Hart kämpfen mussten der Deutsche Kugelstoß-U 18-Meister Andreas Gröninger (LG Stadtwerke München) um seinen Platz im Finale. Zwar jubelte Gröninger schon nach dem zweiten Durchgang, doch der 18-Meter-Stoß wurde ungültig gegeben. So musste der dritte Versuch sitzen. Und das gelang: Mit 18,43 Metern erzielte der Münchner das zweitbeste Ergebnis seiner Karriere. "Eigentlich war das kein wirklich schöner Stoß, der Ausstoß war vielleicht ein bisschen besser als vorher", gab er sich selbstkritisch. "Im Finale geht noch mehr: Wenn ich ein bisschen flüssiger anfange und alles ein bisschen zügiger durchziehe, dann wird das." 

 

Keon Schmidt-Gothan scheitert knapp in der Quali

 

Hochspringer Keon Schmidt-Gothan (LG Stadtwerke München) kam in der Qualifikation nicht über Rang 14 hinaus und hatte dabei auch noch Pech.
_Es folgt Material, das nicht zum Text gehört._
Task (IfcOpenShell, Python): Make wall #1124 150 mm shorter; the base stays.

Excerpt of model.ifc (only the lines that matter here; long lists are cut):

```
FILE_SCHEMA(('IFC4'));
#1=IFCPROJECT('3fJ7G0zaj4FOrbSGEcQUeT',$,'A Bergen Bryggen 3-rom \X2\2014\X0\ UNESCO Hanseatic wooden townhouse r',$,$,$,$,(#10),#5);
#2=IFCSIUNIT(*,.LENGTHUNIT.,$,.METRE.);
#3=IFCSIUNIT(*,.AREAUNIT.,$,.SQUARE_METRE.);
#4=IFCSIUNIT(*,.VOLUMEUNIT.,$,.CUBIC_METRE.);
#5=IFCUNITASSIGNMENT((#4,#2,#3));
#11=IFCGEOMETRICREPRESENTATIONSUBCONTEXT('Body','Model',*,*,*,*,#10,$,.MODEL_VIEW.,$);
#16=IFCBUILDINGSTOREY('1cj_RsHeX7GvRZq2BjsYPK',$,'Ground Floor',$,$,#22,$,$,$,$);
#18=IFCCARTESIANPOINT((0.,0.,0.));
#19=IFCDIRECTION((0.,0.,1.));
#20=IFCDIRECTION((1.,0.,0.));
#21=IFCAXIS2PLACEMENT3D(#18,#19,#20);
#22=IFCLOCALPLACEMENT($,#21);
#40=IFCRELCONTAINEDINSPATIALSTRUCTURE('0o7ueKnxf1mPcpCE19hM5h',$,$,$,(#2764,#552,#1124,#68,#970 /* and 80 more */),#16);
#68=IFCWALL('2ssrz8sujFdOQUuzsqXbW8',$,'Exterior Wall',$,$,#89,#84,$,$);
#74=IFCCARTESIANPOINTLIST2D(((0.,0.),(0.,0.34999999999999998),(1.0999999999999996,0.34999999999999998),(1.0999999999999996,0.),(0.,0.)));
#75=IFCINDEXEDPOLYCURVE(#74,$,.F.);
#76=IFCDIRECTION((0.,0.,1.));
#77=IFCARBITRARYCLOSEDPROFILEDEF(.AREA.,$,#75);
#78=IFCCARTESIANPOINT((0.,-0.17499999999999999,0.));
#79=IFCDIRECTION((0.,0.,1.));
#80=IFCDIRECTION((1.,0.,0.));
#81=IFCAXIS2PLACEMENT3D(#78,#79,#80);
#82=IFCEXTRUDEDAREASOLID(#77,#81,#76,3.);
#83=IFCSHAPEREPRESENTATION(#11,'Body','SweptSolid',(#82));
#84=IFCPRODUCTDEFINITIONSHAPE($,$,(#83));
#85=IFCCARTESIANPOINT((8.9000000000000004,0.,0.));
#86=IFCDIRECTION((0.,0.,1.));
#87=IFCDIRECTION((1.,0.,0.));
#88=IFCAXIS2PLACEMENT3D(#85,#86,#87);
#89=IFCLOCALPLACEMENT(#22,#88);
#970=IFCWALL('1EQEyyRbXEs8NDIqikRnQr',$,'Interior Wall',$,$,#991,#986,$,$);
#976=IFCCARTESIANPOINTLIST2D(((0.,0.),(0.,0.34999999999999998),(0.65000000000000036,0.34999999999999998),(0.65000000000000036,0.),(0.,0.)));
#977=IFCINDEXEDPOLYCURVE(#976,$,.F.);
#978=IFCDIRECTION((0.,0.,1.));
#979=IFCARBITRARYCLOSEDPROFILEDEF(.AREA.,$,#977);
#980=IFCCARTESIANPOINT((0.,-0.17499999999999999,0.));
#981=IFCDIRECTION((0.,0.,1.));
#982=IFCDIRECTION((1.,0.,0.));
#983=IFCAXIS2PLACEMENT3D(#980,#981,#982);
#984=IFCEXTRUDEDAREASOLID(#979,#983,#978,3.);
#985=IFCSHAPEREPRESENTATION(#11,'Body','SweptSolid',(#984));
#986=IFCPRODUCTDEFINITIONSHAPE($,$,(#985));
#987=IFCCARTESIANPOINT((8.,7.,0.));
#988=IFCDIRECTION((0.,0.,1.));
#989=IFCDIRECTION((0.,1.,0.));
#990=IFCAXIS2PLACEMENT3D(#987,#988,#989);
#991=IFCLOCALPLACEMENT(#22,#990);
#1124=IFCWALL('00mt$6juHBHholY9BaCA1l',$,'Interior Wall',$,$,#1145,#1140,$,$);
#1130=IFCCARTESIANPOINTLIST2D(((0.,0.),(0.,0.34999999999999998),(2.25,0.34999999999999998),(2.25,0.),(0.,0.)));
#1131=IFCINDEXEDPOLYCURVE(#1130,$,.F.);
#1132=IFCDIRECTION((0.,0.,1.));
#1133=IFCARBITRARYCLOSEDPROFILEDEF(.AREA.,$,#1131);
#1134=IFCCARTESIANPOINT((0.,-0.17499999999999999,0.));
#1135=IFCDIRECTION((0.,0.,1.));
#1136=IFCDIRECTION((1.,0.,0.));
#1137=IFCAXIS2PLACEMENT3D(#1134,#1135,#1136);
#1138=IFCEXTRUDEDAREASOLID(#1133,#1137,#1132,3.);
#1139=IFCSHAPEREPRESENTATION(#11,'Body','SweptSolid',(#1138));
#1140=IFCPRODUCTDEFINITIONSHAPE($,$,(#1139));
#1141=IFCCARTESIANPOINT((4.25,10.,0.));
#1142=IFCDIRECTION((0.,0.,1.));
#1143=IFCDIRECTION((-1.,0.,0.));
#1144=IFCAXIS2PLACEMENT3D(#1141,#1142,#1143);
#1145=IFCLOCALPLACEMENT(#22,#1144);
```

```python
import ifcopenshell
import ifcopenshell.geom
import ifcopenshell.util.representation
import ifcopenshell.util.shape
import ifcopenshell.util.unit

model = ifcopenshell.open("model.ifc")
unit_scale = ifcopenshell.util.unit.calculate_unit_scale(model)
settings = ifcopenshell.geom.settings()


def volume(element):
    """Net volume in cubic metres, openings subtracted."""
    shape = ifcopenshell.geom.create_shape(settings, element)
    return ifcopenshell.util.shape.get_volume(shape.geometry)


wall = model.by_id(1124)
before = volume(wall)

body = ifcopenshell.util.representation.get_representation(wall, "Model", "Body")
solid = body.Items[0]
old_height = solid.Depth
solid.Depth -= 0.15 / unit_scale
after = volume(wall)

print(f"height {old_height:g} -> {solid.Depth:g}, volume {before:.3f} -> {after:.3f} m3")

model.write("model_rev.ifc")
```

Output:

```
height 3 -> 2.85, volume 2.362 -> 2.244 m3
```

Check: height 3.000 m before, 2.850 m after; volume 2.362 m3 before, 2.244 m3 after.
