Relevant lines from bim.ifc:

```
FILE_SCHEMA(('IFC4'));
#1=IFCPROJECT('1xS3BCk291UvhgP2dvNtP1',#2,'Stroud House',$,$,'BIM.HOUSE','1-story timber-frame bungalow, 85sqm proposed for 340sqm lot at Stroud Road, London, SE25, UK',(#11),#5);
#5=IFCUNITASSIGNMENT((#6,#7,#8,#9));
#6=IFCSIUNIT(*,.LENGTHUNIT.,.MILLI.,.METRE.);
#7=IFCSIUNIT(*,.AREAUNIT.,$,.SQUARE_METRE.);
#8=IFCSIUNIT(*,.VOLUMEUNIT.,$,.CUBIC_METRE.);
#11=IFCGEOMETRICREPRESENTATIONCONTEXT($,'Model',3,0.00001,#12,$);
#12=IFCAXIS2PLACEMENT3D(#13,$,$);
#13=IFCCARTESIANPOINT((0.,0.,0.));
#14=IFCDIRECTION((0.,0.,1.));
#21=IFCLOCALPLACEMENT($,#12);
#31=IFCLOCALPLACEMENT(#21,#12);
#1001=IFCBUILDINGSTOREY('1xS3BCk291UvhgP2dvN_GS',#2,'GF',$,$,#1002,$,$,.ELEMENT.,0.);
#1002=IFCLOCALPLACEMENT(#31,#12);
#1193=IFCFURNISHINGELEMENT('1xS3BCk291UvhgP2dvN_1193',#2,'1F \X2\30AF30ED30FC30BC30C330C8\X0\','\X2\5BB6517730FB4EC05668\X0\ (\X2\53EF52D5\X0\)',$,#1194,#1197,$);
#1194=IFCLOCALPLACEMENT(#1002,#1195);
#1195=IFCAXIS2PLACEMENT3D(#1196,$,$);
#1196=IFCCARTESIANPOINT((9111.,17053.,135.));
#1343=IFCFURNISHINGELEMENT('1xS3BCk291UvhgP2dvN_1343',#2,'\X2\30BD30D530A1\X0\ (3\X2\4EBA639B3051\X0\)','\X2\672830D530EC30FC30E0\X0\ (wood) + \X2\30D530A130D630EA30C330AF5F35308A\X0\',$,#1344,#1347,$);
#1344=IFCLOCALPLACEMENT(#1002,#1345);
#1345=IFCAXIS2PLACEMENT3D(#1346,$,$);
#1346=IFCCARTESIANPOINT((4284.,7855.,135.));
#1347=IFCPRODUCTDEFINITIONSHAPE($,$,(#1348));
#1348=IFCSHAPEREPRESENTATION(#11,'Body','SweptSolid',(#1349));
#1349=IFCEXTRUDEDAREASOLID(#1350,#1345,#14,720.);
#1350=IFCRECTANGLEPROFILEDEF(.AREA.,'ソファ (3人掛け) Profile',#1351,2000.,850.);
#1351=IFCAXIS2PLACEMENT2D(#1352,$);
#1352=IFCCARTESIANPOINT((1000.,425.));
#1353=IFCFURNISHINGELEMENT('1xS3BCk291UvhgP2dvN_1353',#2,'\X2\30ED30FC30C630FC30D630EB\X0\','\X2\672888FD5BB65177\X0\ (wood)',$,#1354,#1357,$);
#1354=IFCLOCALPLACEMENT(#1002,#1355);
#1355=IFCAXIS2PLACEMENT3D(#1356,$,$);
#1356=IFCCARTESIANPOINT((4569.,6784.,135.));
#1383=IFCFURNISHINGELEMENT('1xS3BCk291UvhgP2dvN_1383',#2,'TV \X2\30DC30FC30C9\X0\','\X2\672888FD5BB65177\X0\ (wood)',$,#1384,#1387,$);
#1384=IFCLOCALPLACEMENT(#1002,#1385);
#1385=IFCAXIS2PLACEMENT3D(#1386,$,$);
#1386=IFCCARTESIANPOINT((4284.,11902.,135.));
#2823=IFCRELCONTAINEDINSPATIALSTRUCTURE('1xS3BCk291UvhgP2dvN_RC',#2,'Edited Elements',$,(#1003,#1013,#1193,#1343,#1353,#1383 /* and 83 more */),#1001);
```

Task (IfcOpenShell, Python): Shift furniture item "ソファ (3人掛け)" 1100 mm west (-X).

```python
import ifcopenshell
import ifcopenshell.api.geometry
import ifcopenshell.util.placement
import ifcopenshell.util.unit

model = ifcopenshell.open("bim.ifc")
unit_scale = ifcopenshell.util.unit.calculate_unit_scale(model)

item = model.by_guid("1xS3BCk291UvhgP2dvN_1343")
matrix = ifcopenshell.util.placement.get_local_placement(item.ObjectPlacement)
matrix[0, 3] -= 1.1 / unit_scale
ifcopenshell.api.geometry.edit_object_placement(model, product=item, matrix=matrix, is_si=False)

print(ifcopenshell.util.placement.get_local_placement(item.ObjectPlacement).round(3) + 0.0)

model.write("bim-out.ifc")
```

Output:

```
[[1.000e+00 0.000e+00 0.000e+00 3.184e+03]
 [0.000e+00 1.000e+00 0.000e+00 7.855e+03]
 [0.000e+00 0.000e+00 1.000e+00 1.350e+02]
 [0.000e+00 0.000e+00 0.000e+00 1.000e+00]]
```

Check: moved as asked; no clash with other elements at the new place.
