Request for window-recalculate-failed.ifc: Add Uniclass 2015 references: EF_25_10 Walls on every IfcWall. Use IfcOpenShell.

First a look at what the model holds.

```python
import ifcopenshell

model = ifcopenshell.open("window-recalculate-failed.ifc")
print(model.schema)
print("classifications:", [c.Name for c in model.by_type("IfcClassification")])
for ifc_class in ("IfcDoor", "IfcRoof", "IfcStair", "IfcWall", "IfcWindow"):
    print(ifc_class, len(model.by_type(ifc_class)))
```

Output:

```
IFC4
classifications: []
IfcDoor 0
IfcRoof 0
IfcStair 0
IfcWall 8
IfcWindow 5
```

```python
import ifcopenshell
import ifcopenshell.api.classification

model = ifcopenshell.open("window-recalculate-failed.ifc")

system = ifcopenshell.api.classification.add_classification(model, classification="Uniclass 2015")

codes = {
    "IfcWall": ("EF_25_10", "Walls"),
}
for ifc_class, (code, name) in codes.items():
    products = model.by_type(ifc_class)
    ifcopenshell.api.classification.add_reference(
        model, products=products, classification=system, identification=code, name=name
    )
    print(code, len(products))

model.write("window-recalculate-failed_v2.ifc")
```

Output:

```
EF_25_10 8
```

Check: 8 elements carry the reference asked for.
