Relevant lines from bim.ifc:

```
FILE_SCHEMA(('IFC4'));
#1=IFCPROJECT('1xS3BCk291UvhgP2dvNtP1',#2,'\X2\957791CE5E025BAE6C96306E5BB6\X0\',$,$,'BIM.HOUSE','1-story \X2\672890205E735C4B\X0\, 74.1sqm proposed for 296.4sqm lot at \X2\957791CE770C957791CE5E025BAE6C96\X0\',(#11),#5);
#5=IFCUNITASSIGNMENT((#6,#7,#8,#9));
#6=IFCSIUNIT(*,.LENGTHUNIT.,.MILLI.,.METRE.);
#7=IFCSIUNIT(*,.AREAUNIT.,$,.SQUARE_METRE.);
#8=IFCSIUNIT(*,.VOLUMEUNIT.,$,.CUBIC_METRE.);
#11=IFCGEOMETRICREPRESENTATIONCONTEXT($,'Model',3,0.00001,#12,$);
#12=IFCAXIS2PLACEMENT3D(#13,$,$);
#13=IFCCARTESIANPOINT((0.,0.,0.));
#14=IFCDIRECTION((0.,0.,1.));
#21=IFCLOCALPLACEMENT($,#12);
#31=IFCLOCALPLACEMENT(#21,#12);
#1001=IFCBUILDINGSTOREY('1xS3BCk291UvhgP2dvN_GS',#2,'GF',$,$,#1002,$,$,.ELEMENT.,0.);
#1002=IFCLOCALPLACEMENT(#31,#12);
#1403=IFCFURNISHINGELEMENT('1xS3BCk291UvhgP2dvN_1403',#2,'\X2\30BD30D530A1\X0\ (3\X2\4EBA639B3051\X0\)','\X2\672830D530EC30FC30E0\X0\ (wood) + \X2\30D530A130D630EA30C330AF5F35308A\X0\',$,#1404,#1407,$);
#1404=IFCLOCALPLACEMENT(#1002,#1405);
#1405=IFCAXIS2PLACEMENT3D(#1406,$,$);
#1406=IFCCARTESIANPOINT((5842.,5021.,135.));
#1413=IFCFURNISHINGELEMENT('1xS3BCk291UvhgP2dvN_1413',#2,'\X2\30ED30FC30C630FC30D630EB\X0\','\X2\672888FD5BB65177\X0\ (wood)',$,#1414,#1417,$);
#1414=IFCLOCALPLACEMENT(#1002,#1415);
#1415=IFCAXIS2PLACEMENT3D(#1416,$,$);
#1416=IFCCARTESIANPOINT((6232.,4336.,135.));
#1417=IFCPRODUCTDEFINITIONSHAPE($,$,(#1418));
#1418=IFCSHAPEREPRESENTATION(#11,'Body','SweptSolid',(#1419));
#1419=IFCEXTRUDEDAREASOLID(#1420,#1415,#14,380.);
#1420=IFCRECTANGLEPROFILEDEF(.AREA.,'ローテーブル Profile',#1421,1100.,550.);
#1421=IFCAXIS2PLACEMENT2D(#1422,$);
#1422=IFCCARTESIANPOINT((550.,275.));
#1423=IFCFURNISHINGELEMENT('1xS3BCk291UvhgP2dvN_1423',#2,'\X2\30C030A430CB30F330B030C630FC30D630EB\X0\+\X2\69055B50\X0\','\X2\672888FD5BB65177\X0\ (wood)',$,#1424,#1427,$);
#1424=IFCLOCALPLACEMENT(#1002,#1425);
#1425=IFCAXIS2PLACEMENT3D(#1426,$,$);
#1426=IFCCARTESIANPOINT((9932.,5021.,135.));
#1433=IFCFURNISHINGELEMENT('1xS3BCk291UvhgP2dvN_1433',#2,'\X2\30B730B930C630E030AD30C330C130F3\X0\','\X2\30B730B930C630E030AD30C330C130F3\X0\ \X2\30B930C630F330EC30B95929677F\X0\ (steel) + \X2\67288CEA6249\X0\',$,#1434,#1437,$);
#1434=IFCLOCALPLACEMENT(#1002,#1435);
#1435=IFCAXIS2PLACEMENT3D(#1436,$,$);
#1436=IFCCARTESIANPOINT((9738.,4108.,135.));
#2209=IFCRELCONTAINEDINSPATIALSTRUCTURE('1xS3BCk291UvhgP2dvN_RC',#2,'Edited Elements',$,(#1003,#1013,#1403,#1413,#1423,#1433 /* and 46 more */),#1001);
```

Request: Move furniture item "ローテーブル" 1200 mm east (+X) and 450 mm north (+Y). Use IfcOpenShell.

```python
import ifcopenshell
import ifcopenshell.api.geometry
import ifcopenshell.util.placement
import ifcopenshell.util.unit

model = ifcopenshell.open("bim.ifc")
unit_scale = ifcopenshell.util.unit.calculate_unit_scale(model)

item = model.by_guid("1xS3BCk291UvhgP2dvN_1413")
matrix = ifcopenshell.util.placement.get_local_placement(item.ObjectPlacement)
matrix[0, 3] += 1.2 / unit_scale
matrix[1, 3] += 0.45 / unit_scale
ifcopenshell.api.geometry.edit_object_placement(model, product=item, matrix=matrix, is_si=False)

print(ifcopenshell.util.placement.get_local_placement(item.ObjectPlacement).round(3) + 0.0)

model.write("bim_edited.ifc")
```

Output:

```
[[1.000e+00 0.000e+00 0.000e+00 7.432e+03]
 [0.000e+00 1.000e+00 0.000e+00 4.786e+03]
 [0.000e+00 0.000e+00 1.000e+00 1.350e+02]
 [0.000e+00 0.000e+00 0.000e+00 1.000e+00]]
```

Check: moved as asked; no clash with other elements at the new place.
Der Münchner hatte zwar, insgesamt weniger Fehlversuche als einige seiner Konkurrenten, die mit 2,03 Meter den Einzug ins Finale schafften, aber er überquerte die Höhe erst im dritten Anlauf. Schmidt-Gothan war trotz des verpassten Finales nicht unzufrieden. "Auf dem europäischen Niveau hat das einfach noch eine andere Qualität. Im Großen und Ganzen bin ich zufrieden damit, wie ich heute aufgetreten bin. Ich denke, ich habe mich ganz gut verkauft." Alle drei Versuche bei 2,05 Meter fielen äußerst knapp aus. "Das waren kleine technische Sachen, aber das ist Hochsprung."

 

Moritz Gutowski: "Mein härtestes Rennen"

 

Überaus hart gestaltete sich das EM-Debüt für Moritz Gutowski (LG Stadtwerke München). Rangeleien und Schubser kosteten auf den ersten Runden zu viel Kraft ("Ich wäre zwei Mal fast hingefallen") und auf der letzten Runde ging dann fast gar nichts mehr: "Meine Beine haben komplett zugemacht. Am Ende dachte ich, ich bleibe gleich stehen. Das war mit Abstand mein härtestes Rennen bisher." Doch er kämpfte sich durch und in 6:13,06 Minuten ins Ziel. Vor allem mental empfand er das Rennen als große Herausforderung. "Man musste immer mit dem Kopf dabei sein. Jeder Balken ist schon ein Kraftakt für sich und dann kommen die Schubser und Ellenbogen von hinten dazu."